Projects:
                     Bacula Projects Roadmap 
                       07 December 2005
                    (prioritized by user vote)

Summary:
Item  1:  Implement data encryption (as opposed to comm encryption)
Item  2:  Implement Migration that moves Jobs from one Pool to another.
Item  3:  Accurate restoration of renamed/deleted files from
Item  4:  Implement a Bacula GUI/management tool using Python.
Item  5:  Implement Base jobs.
Item  6:  Allow FD to initiate a backup
Item  7:  Improve Bacula's tape and drive usage and cleaning management.
Item  8:  Implement creation and maintenance of copy pools
Item  9:  Implement new {Client}Run{Before|After}Job feature.
Item 10:  Merge multiple backups (Synthetic Backup or Consolidation).
Item 11:  Deletion of Disk-Based Bacula Volumes
Item 12:  Directive/mode to backup only file changes, not entire file
Item 13:  Multiple threads in file daemon for the same job
Item 14:  Implement red/black binary tree routines.
Item 15:  Add support for FileSets in user directories  CACHEDIR.TAG
Item 16:  Implement extraction of Win32 BackupWrite data.
Item 17:  Implement a Python interface to the Bacula catalog.
Item 18:  Archival (removal) of User Files to Tape
Item 19:  Add Plug-ins to the FileSet Include statements.
Item 20:  Implement more Python events in Bacula.
Item 21:  Quick release of FD-SD connection after backup.
Item 22:  Permit multiple Media Types in an Autochanger
Item 23:  Allow different autochanger definitions for one autochanger.
Item 24:  Automatic disabling of devices
Item 25:  Implement huge exclude list support using hashing.


Below, you will find more information on future projects:

Item  1:  Implement data encryption (as opposed to comm encryption)
  Date:   28 October 2005
  Origin: Sponsored by Landon and 13 contributors to EFF.
  Status: Landon Fuller is currently implementing this.
                  
  What:   Currently the data that is stored on the Volume is not
          encrypted.

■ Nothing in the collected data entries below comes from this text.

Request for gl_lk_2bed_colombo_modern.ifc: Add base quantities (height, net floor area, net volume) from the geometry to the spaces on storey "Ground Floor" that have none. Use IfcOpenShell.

First a look at what the model holds.

```python
import ifcopenshell
import ifcopenshell.util.element
import ifcopenshell.util.unit

model = ifcopenshell.open("gl_lk_2bed_colombo_modern.ifc")
print(model.schema)
for unit_type in ("LENGTHUNIT", "AREAUNIT", "VOLUMEUNIT"):
    print(unit_type, ifcopenshell.util.unit.calculate_unit_scale(model, unit_type))
storey = next(s for s in model.by_type("IfcBuildingStorey") if s.Name == "Ground Floor")
spaces = [e for e in ifcopenshell.util.element.get_decomposition(storey) if e.is_a("IfcSpace")]
for e in sorted(spaces, key=lambda e: e.id()):
    print(e.id(), e.is_a(), e.Name, list(ifcopenshell.util.element.get_psets(e, qtos_only=True)), sep=" | ")
```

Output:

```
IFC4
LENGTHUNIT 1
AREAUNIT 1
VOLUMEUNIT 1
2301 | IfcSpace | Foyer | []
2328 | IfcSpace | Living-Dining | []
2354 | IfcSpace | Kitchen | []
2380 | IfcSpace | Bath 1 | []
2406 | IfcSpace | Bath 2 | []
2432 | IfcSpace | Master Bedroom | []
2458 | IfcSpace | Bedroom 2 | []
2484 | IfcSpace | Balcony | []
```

```python
import ifcopenshell
import ifcopenshell.api.pset
import ifcopenshell.geom
import ifcopenshell.util.element
import ifcopenshell.util.shape
import ifcopenshell.util.unit

model = ifcopenshell.open("gl_lk_2bed_colombo_modern.ifc")
unit_scale = ifcopenshell.util.unit.calculate_unit_scale(model)
area_scale = ifcopenshell.util.unit.calculate_unit_scale(model, "AREAUNIT")
volume_scale = ifcopenshell.util.unit.calculate_unit_scale(model, "VOLUMEUNIT")
settings = ifcopenshell.geom.settings()

storey = next(s for s in model.by_type("IfcBuildingStorey") if s.Name == "Ground Floor")
spaces = [e for e in ifcopenshell.util.element.get_decomposition(storey) if e.is_a("IfcSpace")]

for e in sorted(spaces, key=lambda e: e.id()):
    if ifcopenshell.util.element.get_psets(e, qtos_only=True, should_inherit=False):
        continue
    # Geometry comes back in metres, in the element's own axes.
    shape = ifcopenshell.geom.create_shape(settings, e)
    values = {
        "Height": ifcopenshell.util.shape.get_z(shape.geometry) / unit_scale,
        "NetFloorArea": ifcopenshell.util.shape.get_footprint_area(shape.geometry) / area_scale,
        "NetVolume": ifcopenshell.util.shape.get_volume(shape.geometry) / volume_scale,
    }
    qto = ifcopenshell.api.pset.add_qto(model, product=e, name="Qto_SpaceBaseQuantities")
    ifcopenshell.api.pset.edit_qto(model, qto=qto, properties=values)
    print(e.id(), {k: round(v, 3) for k, v in values.items()})

model.write("gl_lk_2bed_colombo_modern_rev.ifc")
```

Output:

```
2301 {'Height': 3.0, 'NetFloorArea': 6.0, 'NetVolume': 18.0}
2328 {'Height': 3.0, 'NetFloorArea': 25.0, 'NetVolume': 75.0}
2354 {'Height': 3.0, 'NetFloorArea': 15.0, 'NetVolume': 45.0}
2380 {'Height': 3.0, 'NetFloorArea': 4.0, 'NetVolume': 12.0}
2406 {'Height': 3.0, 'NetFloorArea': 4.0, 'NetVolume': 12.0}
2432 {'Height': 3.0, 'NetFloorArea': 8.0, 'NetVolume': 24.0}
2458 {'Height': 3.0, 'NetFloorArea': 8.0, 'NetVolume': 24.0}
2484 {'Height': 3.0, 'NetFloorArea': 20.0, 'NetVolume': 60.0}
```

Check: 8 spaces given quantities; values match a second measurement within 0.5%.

For confidentiality, encryption of data at
          the File daemon level is essential. 
          Data encryption encrypts the data in the File daemon and
          decrypts the data in the File daemon during a restore.

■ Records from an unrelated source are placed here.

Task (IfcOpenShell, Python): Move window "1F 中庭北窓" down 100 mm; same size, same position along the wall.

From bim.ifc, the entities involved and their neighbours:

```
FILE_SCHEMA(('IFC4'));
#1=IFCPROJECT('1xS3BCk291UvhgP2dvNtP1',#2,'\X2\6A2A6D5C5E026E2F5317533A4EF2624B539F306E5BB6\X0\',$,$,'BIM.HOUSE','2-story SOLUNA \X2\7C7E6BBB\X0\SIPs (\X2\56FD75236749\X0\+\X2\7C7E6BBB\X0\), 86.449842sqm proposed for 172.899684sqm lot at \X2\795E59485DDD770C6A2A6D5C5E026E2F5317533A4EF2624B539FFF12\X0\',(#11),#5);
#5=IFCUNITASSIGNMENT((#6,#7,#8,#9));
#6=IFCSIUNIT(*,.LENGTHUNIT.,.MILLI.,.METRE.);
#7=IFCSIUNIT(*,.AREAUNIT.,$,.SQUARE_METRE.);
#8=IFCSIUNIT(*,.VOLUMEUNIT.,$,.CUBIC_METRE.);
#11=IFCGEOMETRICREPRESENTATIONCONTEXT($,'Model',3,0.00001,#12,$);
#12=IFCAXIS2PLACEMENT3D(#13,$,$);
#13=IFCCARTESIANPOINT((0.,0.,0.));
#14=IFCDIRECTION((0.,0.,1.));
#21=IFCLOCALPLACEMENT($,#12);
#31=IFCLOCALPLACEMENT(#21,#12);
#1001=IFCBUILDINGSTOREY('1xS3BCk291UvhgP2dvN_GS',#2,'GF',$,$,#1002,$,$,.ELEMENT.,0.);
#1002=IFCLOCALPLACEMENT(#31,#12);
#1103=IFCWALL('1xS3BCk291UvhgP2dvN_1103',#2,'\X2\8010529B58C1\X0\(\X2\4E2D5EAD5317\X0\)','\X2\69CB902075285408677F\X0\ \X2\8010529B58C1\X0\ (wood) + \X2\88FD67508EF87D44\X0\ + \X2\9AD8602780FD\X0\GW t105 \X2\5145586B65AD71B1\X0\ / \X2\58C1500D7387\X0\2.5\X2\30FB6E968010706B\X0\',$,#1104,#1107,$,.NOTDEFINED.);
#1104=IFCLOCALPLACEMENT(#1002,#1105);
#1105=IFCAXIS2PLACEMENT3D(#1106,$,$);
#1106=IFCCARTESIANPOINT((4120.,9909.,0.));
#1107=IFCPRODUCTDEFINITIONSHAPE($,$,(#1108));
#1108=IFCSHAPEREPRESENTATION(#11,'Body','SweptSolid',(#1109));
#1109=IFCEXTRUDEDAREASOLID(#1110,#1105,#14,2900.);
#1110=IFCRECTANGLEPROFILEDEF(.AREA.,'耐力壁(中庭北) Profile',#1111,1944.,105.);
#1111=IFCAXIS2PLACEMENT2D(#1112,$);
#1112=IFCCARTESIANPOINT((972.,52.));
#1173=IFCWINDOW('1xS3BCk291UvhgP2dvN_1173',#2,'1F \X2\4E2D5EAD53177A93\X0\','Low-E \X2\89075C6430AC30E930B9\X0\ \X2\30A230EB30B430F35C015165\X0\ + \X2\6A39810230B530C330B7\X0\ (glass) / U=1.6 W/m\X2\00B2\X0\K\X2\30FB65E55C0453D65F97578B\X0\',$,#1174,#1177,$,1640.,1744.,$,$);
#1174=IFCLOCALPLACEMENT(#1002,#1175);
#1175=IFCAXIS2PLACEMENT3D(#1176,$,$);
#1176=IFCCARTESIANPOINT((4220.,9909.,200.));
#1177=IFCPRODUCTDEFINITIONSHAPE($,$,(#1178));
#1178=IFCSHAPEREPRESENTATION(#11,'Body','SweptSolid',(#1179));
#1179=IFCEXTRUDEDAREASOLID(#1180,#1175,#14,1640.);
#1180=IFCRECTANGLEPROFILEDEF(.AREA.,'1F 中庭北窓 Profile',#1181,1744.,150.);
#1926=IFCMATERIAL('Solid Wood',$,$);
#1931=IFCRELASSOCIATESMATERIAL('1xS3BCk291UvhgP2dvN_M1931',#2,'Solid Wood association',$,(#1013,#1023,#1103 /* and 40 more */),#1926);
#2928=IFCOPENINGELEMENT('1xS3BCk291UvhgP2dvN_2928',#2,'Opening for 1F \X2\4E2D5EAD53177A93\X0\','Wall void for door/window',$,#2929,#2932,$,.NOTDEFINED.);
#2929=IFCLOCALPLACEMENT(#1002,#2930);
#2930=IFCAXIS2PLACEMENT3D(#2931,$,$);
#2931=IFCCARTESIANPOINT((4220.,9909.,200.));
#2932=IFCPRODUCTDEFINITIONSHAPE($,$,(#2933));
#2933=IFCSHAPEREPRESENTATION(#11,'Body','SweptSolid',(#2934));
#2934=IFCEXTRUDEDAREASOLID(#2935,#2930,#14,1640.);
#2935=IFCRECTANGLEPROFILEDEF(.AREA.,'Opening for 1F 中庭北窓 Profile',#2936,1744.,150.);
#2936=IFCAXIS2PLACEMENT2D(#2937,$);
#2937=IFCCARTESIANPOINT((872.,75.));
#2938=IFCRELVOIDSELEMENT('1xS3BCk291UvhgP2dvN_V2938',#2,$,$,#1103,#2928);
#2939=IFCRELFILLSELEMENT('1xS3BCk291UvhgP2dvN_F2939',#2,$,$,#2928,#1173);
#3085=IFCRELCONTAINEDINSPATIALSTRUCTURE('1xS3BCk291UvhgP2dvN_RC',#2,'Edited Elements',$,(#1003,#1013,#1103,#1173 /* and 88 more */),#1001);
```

```python
import numpy as np
import ifcopenshell
import ifcopenshell.api.geometry
import ifcopenshell.util.placement
import ifcopenshell.util.unit

model = ifcopenshell.open("bim.ifc")
unit_scale = ifcopenshell.util.unit.calculate_unit_scale(model)

window = model.by_guid("1xS3BCk291UvhgP2dvN_1173")
opening = window.FillsVoids[0].RelatingOpeningElement
dz = -0.1 / unit_scale

shift = np.array([0.0, 0.0, dz])
# The window is not placed relative to its opening, so move both.
for product in (opening, window):
    matrix = ifcopenshell.util.placement.get_local_placement(product.ObjectPlacement)
    matrix[:3, 3] += shift
    ifcopenshell.api.geometry.edit_object_placement(model, product=product, matrix=matrix, is_si=False)

print(f"moved by {dz * unit_scale:+.3f} m")

model.write("bim_v2.ifc")
```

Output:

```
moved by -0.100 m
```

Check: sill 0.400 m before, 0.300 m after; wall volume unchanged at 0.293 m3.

  Why:    Large sites require this.

Item 2:   Implement Migration that moves Jobs from one Pool to another.
  Origin: Sponsored by Riege Software International GmbH. Contact:
          Daniel Holtkamp 
  Date:   28 October 2005
  Status: Partially coded in 1.37 -- much more to do. Assigned to
          Kern.

  What:   The ability to copy, move, or archive data that is on a
          device to another device is very important. 

  Why:    An ISP might want to backup to disk, but after 30 days
          migrate the data to tape backup and delete it from
          disk.  Bacula should be able to handle this
          automatically.  It needs to know what was put where,
          and when, and what to migrate -- it is a bit like
          retention periods.  Doing so would allow space to be
          freed up for current backups while maintaining older
          data on tape drives.

  Notes:   Riege Software have asked for the following migration
           triggers:
           Age of Job
           Highwater mark (stopped by Lowwater mark?)
                            
  Notes:  Migration could be additionally triggered by:
           Number of Jobs
           Number of Volumes

Item  3:  Accurate restoration of renamed/deleted files from
          Incremental/Differential backups
  Date:   28 November 2005
  Origin: Martin Simmons (martin at lispworks dot com)
  Status:

  What:   When restoring a fileset for a specified date (including "most
          recent"), Bacula should give you exactly the files and directories
          that existed at the time of the last backup prior to that date.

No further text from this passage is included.